**Your instructions:** Write each entry out once more, please, precisely as shown.

════

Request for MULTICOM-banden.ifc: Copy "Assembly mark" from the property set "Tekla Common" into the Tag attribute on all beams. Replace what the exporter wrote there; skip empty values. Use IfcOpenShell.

First a look at what the model holds.

```python
import ifcopenshell
import ifcopenshell.util.element

model = ifcopenshell.open("MULTICOM-banden.ifc")
print(model.schema)
beams = model.by_type("IfcBeam")
print(len(beams), "beams")
for e in beams[:8]:
    source = ifcopenshell.util.element.get_pset(e, "Tekla Common", "Assembly mark")
    target = e.Tag
    print(e.id(), repr(source), repr(target), sep=" | ")
```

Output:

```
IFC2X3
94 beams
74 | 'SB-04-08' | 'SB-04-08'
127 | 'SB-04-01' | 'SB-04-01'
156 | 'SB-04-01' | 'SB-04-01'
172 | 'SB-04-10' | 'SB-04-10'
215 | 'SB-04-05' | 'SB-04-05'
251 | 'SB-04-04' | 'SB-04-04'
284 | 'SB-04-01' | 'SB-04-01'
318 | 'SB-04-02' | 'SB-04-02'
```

```python
import ifcopenshell
import ifcopenshell.util.element

model = ifcopenshell.open("MULTICOM-banden.ifc")

count = 0
for e in model.by_type("IfcBeam"):
    value = ifcopenshell.util.element.get_pset(e, "Tekla Common", "Assembly mark")
    current = e.Tag
    if not value or not value.strip() or current == value:
        continue
    e.Tag = value
    count += 1

print(count, "beams updated")

model.write("MULTICOM-banden_v2.ifc")
```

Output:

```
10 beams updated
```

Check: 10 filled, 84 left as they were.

════

**Result for this task:**
Request for MULTICOM-banden.ifc: Copy "Assembly mark" from the property set "Tekla Common" into the Tag attribute on all beams. Replace what the exporter wrote there; skip empty values. Use IfcOpenShell.

First a look at what the model holds.

```python
import ifcopenshell
import ifcopenshell.util.element

model = ifcopenshell.open("MULTICOM-banden.ifc")
print(model.schema)
beams = model.by_type("IfcBeam")
print(len(beams), "beams")
for e in beams[:8]:
    source = ifcopenshell.util.element.get_pset(e, "Tekla Common", "Assembly mark")
    target = e.Tag
    print(e.id(), repr(source), repr(target), sep=" | ")
```

Output:

```
IFC2X3
94 beams
74 | 'SB-04-08' | 'SB-04-08'
127 | 'SB-04-01' | 'SB-04-01'
156 | 'SB-04-01' | 'SB-04-01'
172 | 'SB-04-10' | 'SB-04-10'
215 | 'SB-04-05' | 'SB-04-05'
251 | 'SB-04-04' | 'SB-04-04'
284 | 'SB-04-01' | 'SB-04-01'
318 | 'SB-04-02' | 'SB-04-02'
```

```python
import ifcopenshell
import ifcopenshell.util.element

model = ifcopenshell.open("MULTICOM-banden.ifc")

count = 0
for e in model.by_type("IfcBeam"):
    value = ifcopenshell.util.element.get_pset(e, "Tekla Common", "Assembly mark")
    current = e.Tag
    if not value or not value.strip() or current == value:
        continue
    e.Tag = value
    count += 1

print(count, "beams updated")

model.write("MULTICOM-banden_v2.ifc")
```

Output:

```
10 beams updated
```

Check: 10 filled, 84 left as they were.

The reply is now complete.